Key Experimental Results¶
Main Results (MNNS Task, 4-digit numbers 1-99)¶
| Method | d=16 acc | d=24 acc | d=32 acc |
|---|---|---|---|
| No-CoT | ~15% | ~15% | ~15% |
| Discrete CoT (B=1) | ~55% | ~70% | ~75% |
| COCONUT | ~45% | ~60% | ~65% |
| CoT2 (B=16) | ~60% | ~95% | ~98% |
Pass@k Comparison (d=24, MNNS)¶
| Method | Pass@1 | Pass@4 | Pass@8 | Pass@16 |
|---|---|---|---|---|
| Discrete CoT | ~70% | ~82% | ~88% | ~93% |
| CoT2 | ~95% | ~96% | ~97% | ~98% |
Key Findings¶
- CoT2 single inference \(\approx\) Discrete CoT multi-sampling: CoT2 Pass@1 matches the performance of Discrete CoT Pass@16.
- Budget-Dimension sweet spot: For \(d=16\), \(B=8\) is optimal; for \(d=32\), \(B=16\) is optimal.
- GRPO is effective on CoT2: RL fine-tuning teaches the model to prioritize relevant reasoning paths and reduces the entropy of continuous tokens.
- CoT2 outperforms COCONUT: Directly fitting multi-trajectory distributions with external search signals is more effective than hidden state substitution.
- Theoretical alignment: The lower bound \(d=\Omega(B\log(v/B))\) is empirically validated.
Highlights & Insights¶
- Information Theoretic Insight: Discrete tokens carry at most \(\log_2 v\) bits per step, whereas continuous tokens can pack \(B \cdot \log_2(v/B)\) bits—this argument elegantly explains why continuous tokens are more powerful.

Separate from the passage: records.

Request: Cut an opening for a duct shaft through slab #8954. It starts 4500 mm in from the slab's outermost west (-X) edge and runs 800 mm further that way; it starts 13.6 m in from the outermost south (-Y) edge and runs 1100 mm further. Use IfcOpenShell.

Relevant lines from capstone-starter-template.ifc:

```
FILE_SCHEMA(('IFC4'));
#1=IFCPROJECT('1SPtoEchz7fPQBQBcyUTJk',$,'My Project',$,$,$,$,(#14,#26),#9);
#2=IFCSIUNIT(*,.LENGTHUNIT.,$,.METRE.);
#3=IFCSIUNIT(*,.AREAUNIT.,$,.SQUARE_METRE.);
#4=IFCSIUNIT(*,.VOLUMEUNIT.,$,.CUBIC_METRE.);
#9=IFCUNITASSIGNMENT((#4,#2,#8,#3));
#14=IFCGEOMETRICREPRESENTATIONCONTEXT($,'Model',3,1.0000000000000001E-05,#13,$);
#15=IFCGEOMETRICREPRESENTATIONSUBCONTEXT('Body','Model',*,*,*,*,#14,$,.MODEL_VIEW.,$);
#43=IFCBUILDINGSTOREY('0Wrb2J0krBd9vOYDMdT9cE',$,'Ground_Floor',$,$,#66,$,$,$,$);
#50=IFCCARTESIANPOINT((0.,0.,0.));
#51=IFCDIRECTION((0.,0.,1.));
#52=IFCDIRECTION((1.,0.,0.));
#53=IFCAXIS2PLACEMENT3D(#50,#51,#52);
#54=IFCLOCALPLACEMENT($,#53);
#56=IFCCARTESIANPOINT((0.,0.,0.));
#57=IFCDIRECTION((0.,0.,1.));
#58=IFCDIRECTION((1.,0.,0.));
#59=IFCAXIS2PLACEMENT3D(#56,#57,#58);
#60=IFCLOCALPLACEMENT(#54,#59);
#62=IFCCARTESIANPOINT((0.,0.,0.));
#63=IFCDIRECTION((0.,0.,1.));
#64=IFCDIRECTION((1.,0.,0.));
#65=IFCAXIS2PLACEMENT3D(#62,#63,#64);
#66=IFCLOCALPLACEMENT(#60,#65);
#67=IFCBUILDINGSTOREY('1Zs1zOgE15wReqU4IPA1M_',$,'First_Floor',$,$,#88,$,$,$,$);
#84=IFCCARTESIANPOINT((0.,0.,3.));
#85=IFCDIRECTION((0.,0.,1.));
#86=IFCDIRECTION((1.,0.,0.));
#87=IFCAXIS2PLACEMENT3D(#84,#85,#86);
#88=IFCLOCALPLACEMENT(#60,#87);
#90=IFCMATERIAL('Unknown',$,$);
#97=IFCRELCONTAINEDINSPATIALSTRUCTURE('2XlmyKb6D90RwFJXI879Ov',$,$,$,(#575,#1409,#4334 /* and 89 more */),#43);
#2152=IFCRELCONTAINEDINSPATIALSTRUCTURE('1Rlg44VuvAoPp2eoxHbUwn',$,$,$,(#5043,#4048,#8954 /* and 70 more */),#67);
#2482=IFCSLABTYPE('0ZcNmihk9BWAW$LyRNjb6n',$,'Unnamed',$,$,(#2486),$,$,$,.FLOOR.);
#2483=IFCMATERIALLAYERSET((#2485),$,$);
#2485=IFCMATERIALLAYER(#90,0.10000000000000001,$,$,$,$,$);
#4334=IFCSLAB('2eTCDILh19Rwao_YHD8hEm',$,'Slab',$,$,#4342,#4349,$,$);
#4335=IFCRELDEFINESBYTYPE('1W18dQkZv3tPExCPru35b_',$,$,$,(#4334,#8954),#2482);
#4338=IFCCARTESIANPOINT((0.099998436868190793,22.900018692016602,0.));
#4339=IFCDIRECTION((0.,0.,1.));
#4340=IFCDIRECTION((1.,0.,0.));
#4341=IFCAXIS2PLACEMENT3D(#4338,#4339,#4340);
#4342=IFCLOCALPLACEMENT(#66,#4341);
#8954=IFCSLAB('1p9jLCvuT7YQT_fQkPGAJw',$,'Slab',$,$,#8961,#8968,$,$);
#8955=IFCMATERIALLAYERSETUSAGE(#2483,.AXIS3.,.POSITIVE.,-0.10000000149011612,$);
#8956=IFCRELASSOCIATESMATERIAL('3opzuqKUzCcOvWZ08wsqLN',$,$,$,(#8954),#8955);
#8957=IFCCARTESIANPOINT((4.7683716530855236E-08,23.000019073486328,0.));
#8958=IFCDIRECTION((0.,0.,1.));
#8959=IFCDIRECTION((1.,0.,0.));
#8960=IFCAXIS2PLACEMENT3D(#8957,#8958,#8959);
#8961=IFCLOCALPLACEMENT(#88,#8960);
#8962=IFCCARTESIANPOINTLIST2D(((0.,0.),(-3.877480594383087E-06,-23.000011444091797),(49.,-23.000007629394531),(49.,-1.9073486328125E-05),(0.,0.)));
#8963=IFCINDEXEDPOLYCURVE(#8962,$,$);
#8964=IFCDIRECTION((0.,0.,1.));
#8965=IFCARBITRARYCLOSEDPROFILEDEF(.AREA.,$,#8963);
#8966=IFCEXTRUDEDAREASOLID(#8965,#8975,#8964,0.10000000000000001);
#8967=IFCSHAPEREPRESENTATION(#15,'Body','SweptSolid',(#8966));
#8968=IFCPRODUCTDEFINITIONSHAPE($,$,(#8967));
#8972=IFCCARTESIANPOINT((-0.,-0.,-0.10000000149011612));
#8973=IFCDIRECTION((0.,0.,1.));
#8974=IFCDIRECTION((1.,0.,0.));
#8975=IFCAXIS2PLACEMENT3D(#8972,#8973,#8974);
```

```python
import numpy as np
import ifcopenshell
import ifcopenshell.api.feature
import ifcopenshell.api.geometry
import ifcopenshell.api.root
import ifcopenshell.geom
import ifcopenshell.util.placement
import ifcopenshell.util.representation
import ifcopenshell.util.shape
import ifcopenshell.util.unit

model = ifcopenshell.open("capstone-starter-template.ifc")
unit_scale = ifcopenshell.util.unit.calculate_unit_scale(model)
settings = ifcopenshell.geom.settings()


def volume(element):
    """Net volume in cubic metres, openings subtracted."""
    shape = ifcopenshell.geom.create_shape(settings, element)
    return ifcopenshell.util.shape.get_volume(shape.geometry)


slab = model.by_guid("1p9jLCvuT7YQT_fQkPGAJw")
before = volume(slab)

# Extent in the slab's own axes, in metres. The edges named are its -X and -Y sides.
slab_shape = ifcopenshell.geom.create_shape(settings, slab)
vertices = ifcopenshell.util.shape.get_vertices(slab_shape.geometry)
x_min, y_min, bottom = vertices.min(axis=0)
top = vertices[:, 2].max()

opening = ifcopenshell.api.root.create_entity(model, ifc_class="IfcOpeningElement", name="Duct shaft opening", predefined_type="OPENING")
context = ifcopenshell.util.representation.get_context(model, "Model", "Body", "MODEL_VIEW")
width, depth = 0.8, 1.1
outline = [(0.0, 0.0), (width, 0.0), (width, depth), (0.0, depth), (0.0, 0.0)]
# Overshoot both faces by 50 mm so the cut is clean.
shape = ifcopenshell.api.geometry.add_slab_representation(
    model, context=context, depth=top - bottom + 0.1, polyline=outline
)
ifcopenshell.api.geometry.assign_representation(model, product=opening, representation=shape)

matrix = ifcopenshell.util.placement.get_local_placement(slab.ObjectPlacement)
matrix[:, 3] = matrix @ np.append(np.array([x_min + 4.5, y_min + 13.6, bottom - 0.05]) / unit_scale, 1.0)
ifcopenshell.api.geometry.edit_object_placement(model, product=opening, matrix=matrix, is_si=False)
ifcopenshell.api.feature.add_feature(model, feature=opening, element=slab)

after = volume(slab)

print(f"slab volume {before:.3f} -> {after:.3f} m3")

model.write("capstone-starter-template_edited.ifc")
```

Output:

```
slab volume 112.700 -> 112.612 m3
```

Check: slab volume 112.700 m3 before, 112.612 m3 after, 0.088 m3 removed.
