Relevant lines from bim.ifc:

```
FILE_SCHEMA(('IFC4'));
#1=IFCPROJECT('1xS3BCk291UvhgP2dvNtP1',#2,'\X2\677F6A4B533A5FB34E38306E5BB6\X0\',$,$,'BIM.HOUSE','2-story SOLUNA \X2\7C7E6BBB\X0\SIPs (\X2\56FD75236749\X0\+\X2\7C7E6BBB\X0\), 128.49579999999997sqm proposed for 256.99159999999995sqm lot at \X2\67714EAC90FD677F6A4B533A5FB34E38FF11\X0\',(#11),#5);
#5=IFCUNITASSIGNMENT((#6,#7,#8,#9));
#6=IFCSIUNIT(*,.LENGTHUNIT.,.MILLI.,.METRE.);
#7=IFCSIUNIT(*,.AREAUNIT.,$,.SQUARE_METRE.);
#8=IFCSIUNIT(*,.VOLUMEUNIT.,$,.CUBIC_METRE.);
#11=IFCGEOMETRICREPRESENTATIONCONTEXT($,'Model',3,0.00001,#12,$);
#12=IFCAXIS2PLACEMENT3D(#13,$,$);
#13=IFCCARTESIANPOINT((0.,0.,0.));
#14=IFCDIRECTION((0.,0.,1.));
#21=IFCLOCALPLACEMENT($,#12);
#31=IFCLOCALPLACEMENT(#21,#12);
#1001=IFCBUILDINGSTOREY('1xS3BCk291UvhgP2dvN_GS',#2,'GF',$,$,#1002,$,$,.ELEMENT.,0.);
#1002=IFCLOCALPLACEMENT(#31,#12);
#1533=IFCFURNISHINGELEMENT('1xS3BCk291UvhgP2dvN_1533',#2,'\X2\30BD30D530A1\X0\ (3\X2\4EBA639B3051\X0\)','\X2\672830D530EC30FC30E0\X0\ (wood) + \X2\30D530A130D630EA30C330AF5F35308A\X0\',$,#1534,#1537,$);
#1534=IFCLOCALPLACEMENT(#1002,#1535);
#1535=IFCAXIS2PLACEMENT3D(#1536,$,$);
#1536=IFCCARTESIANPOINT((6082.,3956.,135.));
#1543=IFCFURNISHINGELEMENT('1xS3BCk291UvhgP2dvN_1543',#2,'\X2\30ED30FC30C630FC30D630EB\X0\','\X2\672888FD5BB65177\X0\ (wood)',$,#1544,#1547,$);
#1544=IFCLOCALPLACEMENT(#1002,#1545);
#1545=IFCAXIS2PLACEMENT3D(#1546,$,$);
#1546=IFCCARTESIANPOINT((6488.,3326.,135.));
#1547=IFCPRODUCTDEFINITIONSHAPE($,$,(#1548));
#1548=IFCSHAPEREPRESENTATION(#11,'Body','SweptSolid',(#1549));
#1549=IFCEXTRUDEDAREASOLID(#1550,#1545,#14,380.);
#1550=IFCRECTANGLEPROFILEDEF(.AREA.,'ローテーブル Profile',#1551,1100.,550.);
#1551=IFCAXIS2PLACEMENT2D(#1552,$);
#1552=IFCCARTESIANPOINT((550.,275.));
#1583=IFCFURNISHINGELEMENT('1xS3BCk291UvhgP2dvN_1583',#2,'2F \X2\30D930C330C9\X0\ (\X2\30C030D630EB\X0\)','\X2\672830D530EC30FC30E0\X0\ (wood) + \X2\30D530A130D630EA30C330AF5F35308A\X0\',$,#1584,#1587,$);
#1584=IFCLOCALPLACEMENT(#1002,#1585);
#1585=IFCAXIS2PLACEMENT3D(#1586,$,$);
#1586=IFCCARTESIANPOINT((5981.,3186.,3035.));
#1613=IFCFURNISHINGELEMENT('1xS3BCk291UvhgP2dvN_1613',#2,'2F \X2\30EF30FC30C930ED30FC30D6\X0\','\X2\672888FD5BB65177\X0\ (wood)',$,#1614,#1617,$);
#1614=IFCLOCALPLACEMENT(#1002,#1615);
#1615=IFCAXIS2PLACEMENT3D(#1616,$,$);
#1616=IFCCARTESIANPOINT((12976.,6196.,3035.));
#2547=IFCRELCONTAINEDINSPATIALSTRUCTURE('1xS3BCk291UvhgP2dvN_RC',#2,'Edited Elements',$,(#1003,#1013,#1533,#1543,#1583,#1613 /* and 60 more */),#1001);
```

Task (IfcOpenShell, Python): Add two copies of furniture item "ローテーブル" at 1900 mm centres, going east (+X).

```python
import numpy as np
import ifcopenshell
import ifcopenshell.api.geometry
import ifcopenshell.api.root
import ifcopenshell.util.element
import ifcopenshell.util.placement

model = ifcopenshell.open("bim.ifc")


def reuse_history(source, copy):
    """copy_class also copies each property set's owner history, people and application; keep the originals."""
    for rel in copy.IsDefinedBy:
        if rel.is_a("IfcRelDefinesByProperties") and (history := rel.RelatingPropertyDefinition.OwnerHistory):
            rel.RelatingPropertyDefinition.OwnerHistory = source.OwnerHistory
            ifcopenshell.util.element.remove_deep2(model, history)


source = model.by_guid("1xS3BCk291UvhgP2dvN_1543")
base = ifcopenshell.util.placement.get_local_placement(source.ObjectPlacement)
step = np.array([1.0, 0.0, 0.0]) * 1900.0

for i in range(1, 3):
    copy = ifcopenshell.api.root.copy_class(model, product=source)
    copy.Representation = ifcopenshell.util.element.copy_deep(
        model, source.Representation, exclude=["IfcGeometricRepresentationContext", "IfcRepresentationMap"]
    )
    reuse_history(source, copy)
    matrix = base.copy()
    matrix[:3, 3] += i * step
    print("added at", matrix[:3, 3].round(3) + 0.0)
    ifcopenshell.api.geometry.edit_object_placement(model, product=copy, matrix=matrix, is_si=False)

model.write("bim_updated.ifc")
```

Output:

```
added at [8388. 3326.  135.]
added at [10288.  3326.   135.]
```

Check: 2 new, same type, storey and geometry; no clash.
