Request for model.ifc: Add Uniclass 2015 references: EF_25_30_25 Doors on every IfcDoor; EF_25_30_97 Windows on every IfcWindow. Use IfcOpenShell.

First a look at what the model holds.

```python
import ifcopenshell

model = ifcopenshell.open("model.ifc")
print(model.schema)
print("classifications:", [c.Name for c in model.by_type("IfcClassification")])
for ifc_class in ("IfcDoor", "IfcRoof", "IfcStair", "IfcWall", "IfcWindow"):
    print(ifc_class, len(model.by_type(ifc_class)))
```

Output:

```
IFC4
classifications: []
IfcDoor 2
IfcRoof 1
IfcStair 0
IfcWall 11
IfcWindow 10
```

```python
import ifcopenshell
import ifcopenshell.api.classification

model = ifcopenshell.open("model.ifc")

system = ifcopenshell.api.classification.add_classification(model, classification="Uniclass 2015")

codes = {
    "IfcDoor": ("EF_25_30_25", "Doors"),
    "IfcWindow": ("EF_25_30_97", "Windows"),
}
for ifc_class, (code, name) in codes.items():
    products = model.by_type(ifc_class)
    ifcopenshell.api.classification.add_reference(
        model, products=products, classification=system, identification=code, name=name
    )
    print(code, len(products))

model.write("model_edited.ifc")
```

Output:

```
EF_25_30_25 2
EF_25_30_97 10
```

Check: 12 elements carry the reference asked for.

- Theoretical Guarantee for \(1\) forward \(\approx\) \(K\) samples (Proposition 3): This is a powerful result that quantitatively links CoT2 to self-consistency, giving continuous tokens a clear practical interpretation.
- Scaling RL to continuous action spaces for LLMs: While traditional GRPO/PPO operates in discrete token spaces, CoT2's MTS strategy introduces controlled noise via "sample + average," making policy gradient methods applicable to continuous reasoning.
Limitations & Future Work¶
- Only validated on synthetic tasks (MNNS, ProntoQA, ProsQA); lacks testing on real-world NLP tasks or large-scale LLMs.
- Assumption 1 (Markov property + linear superposition) might not hold strictly in real-world Transformers.
- Continuous tokens cannot be directly interpreted as natural language, sacrificing the interpretability of CoT.
- Orthogonality of the embedding matrix \(\bm{E}\) affects superposition quality; in practice, embeddings might be highly correlated.
- Framework only outputs a discrete token at the final step; expansion is needed for multi-step discrete outputs (e.g., long-form answers).
Related Work & Insights¶
- vs COCONUT: Both utilize continuous thought, but COCONUT relies on hidden states without explicit multi-trajectory supervision; CoT2 fits trajectory distributions via CSFT, achieving better results.
- vs Self-Consistency: Self-consistency requires \(K\) samples and majority voting; CoT2 achieves equivalent results in one forward pass, improving efficiency by \(K\) times.
- vs Latent Reasoning (Coconut/Quiet-STaR): These focus on internalizing reasoning in latent space but lack the information-theoretic guarantees and explicit multi-path parallelism of CoT2.
Rating¶
- Novelty: ⭐⭐⭐⭐⭐ Information-theory driven continuous reasoning + parallel tracking; solid theoretical contribution.
- Experimental Thoroughness: ⭐⭐⭐ Limited to synthetic tasks; lacks large-scale LLM validation.
- Writing Quality: ⭐⭐⭐⭐⭐ Clear theoretical derivation, intuitive explanations, and well-designed visuals.
- Value: ⭐⭐⭐⭐ Excellent contribution to the theoretical understanding of continuous reasoning, though practical utility requires further verification.